Il convient également de noter qu’il y a une différence non négligeable dans l’emploi des termes d’adresse. Cette différence d’emploi semble, elle aussi, révélatrice de la politesse linguistique que se manifestent les participants. Les termes d’adresse neutres sont davantage attestés dans les corpus où les participants ne sont pas très intimes. L’usage de ce type de termes d’adresse est réservé aux participants qui ne se connaissent pas très bien et sont encore séparés par une grande distance. Cela semble être la raison pour laquelle on les trouve en nombre limité dans le corpus tabac-presse – seulement dans 16.2% des salutations d’ouverture de la buraliste, et 25.6% des ouvertures des cliagers – car les interactants sont suffisamment proches pour se dispenser de produire des salutations cérémonieuses. À La Poste, bien que les participants soient tout de même assez proches, les termes d’adresse neutres sont employés par la guichetière dans 81.6% des interactions. Cet emploi massif n’est pas ici le témoin d’une relation distante, mais plutôt d’une marque de respect. Beaucoup de cliagers sont en effet assez âgés – jusqu’à 90 ans environ pour la cliagère n°30. Bien que les relations unissant ces cliagers à la commagente soient beaucoup plus développées que ce que l’on pourrait attendre d’une relation de ce type, elles ne le sont pas suffisamment pour que la commagente puisse se permettre de ne pas marquer verbalement par un terme d’adresse neutre le respect qu’elle éprouve pour eux.

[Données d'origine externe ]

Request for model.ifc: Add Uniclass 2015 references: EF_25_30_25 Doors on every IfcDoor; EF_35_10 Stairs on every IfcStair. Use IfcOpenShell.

First a look at what the model holds.

```python
import ifcopenshell

model = ifcopenshell.open("model.ifc")
print(model.schema)
print("classifications:", [c.Name for c in model.by_type("IfcClassification")])
for ifc_class in ("IfcDoor", "IfcRoof", "IfcStair", "IfcWall", "IfcWindow"):
    print(ifc_class, len(model.by_type(ifc_class)))
```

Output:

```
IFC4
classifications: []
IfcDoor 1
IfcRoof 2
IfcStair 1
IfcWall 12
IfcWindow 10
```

```python
import ifcopenshell
import ifcopenshell.api.classification

model = ifcopenshell.open("model.ifc")

system = ifcopenshell.api.classification.add_classification(model, classification="Uniclass 2015")

codes = {
    "IfcDoor": ("EF_25_30_25", "Doors"),
    "IfcStair": ("EF_35_10", "Stairs"),
}
for ifc_class, (code, name) in codes.items():
    products = model.by_type(ifc_class)
    ifcopenshell.api.classification.add_reference(
        model, products=products, classification=system, identification=code, name=name
    )
    print(code, len(products))

model.write("model_rev.ifc")
```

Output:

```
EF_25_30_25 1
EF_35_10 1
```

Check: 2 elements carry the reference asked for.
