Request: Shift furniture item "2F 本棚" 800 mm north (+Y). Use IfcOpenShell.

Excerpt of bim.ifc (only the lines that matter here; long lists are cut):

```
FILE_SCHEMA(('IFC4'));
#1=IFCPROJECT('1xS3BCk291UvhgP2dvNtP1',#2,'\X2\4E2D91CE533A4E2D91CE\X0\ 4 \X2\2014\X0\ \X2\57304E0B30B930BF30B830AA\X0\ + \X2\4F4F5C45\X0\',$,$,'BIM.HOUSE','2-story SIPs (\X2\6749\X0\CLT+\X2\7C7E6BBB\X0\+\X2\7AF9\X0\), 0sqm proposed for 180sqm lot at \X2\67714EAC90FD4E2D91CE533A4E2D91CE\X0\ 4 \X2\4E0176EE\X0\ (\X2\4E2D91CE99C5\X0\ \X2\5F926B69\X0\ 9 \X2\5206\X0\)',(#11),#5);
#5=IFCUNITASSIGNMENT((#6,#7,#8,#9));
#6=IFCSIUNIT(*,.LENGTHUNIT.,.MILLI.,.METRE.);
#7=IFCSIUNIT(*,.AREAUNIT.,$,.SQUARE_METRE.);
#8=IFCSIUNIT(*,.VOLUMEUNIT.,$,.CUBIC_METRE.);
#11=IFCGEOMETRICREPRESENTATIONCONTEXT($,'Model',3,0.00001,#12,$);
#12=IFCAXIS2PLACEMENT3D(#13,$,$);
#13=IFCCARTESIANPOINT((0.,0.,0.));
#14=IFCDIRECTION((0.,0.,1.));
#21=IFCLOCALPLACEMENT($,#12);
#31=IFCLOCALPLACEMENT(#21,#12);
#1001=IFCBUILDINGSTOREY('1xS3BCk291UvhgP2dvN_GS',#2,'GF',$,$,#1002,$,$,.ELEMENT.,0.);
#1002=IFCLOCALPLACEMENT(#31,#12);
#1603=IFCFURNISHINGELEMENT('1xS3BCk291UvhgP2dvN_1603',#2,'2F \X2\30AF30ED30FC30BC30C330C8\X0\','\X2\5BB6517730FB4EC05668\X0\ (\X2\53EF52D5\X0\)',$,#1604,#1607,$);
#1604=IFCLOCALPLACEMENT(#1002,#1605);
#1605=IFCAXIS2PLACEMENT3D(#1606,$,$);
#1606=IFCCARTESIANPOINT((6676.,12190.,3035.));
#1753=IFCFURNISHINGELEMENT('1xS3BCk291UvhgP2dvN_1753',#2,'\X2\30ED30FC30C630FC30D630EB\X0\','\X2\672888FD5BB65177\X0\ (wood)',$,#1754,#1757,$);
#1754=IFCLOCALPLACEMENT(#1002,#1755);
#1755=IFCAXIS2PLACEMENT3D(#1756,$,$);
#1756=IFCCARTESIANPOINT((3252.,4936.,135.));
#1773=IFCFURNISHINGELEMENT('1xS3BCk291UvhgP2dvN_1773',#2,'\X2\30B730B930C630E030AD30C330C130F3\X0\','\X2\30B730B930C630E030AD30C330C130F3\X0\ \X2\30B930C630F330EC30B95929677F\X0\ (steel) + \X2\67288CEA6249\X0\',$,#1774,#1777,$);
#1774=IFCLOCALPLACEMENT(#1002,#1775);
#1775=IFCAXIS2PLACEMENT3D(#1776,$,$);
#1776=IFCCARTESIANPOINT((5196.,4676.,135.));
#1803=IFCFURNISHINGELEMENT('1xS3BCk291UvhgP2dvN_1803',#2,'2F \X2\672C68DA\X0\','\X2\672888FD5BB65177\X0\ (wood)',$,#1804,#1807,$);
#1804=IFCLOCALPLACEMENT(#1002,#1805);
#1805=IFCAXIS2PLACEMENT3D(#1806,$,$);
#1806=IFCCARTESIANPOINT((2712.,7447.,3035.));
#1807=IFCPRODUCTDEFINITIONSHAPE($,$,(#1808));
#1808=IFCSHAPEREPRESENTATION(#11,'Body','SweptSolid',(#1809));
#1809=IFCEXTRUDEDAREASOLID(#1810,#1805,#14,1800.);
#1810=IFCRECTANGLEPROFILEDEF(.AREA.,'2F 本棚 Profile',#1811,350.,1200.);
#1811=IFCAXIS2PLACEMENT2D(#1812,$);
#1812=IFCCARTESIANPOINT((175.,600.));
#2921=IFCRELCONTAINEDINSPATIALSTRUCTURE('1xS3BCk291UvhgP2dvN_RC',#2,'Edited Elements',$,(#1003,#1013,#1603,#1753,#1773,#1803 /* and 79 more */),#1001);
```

```python
import ifcopenshell
import ifcopenshell.api.geometry
import ifcopenshell.util.placement

model = ifcopenshell.open("bim.ifc")

item = model.by_guid("1xS3BCk291UvhgP2dvN_1803")
matrix = ifcopenshell.util.placement.get_local_placement(item.ObjectPlacement)
matrix[1, 3] += 800.0
ifcopenshell.api.geometry.edit_object_placement(model, product=item, matrix=matrix, is_si=False)

print(ifcopenshell.util.placement.get_local_placement(item.ObjectPlacement).round(3) + 0.0)

model.write("bim-out.ifc")
```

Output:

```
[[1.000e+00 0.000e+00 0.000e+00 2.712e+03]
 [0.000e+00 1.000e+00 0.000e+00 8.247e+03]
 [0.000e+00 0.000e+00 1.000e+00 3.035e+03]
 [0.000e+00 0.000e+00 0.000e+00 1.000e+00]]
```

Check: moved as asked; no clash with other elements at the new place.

Par ailleurs, le tabac-presse excepté en raison de la proximité des participants, les commagents emploient davantage de termes d’adresse neutres que les cliagers. Ils saluent également plus volontiers que les cliagers : ce sont toujours les cliagers qui sont à l’origine des cas de troncation recensés. Il semble donc y avoir une réalisation de la politesse beaucoup plus affirmée chez les commagents que les cliagers, avec un travail rituel plus important. Cette dissymétrie des marques de politesse entre commagents et cliagers est vraisemblablement imputable à la différence de rôles. Les commagents occupent effectivement une position institutionnelle et il semble qu’à cet égard, ils doivent manifester une politesse accrue vis-à-vis des cliagers. Faisant plus facilement usage des termes d’adresse neutres, ils sont aussi plus souvent les initiateurs de l’échange verbal, et s’enquièrent fréquemment de l’état de santé de leurs cliagers. Cet état de fait tend effectivement vers la norme : le commagent est là au service du cliager et lui doit respect et politesse afin de lui souhaiter la bienvenue. Tous ces FFAs y contribuent largement.

Transposant ce que Goffman dit des salutations (1973b : 81), il est possible de considérer que tous ces FFAs sont réalisés uniquement parce qu’il y a une volonté des participants d’accomplir un rituel confirmatif envers autrui. En accomplissant ce rituel, les participants montrent qu’ils veulent être considérés comme des individus débutant ou poursuivant une relation sociale (Firth, 1972 : 30). La fonction des échanges d’ouverture apparaît alors : dans un premier temps, ils permettent aux participants de se reconnaître mutuellement le statut de partenaire d’interaction, et ensuite de construire une relation qui va s’élaborer au fil du temps. Les salutations, quant à elles, servent à montrer que les participants ne sont pas hostiles, et même suffisamment à l’aise pour baisser leur garde, se parler et envisager ou poursuivre une relation sociale, comme en témoignent les séquences d’ouverture auxquelles les participants ont recours pour entrer progressivement dans la transaction, faisant de leur rencontre une interaction à but relationnel tout autant que transactionnel.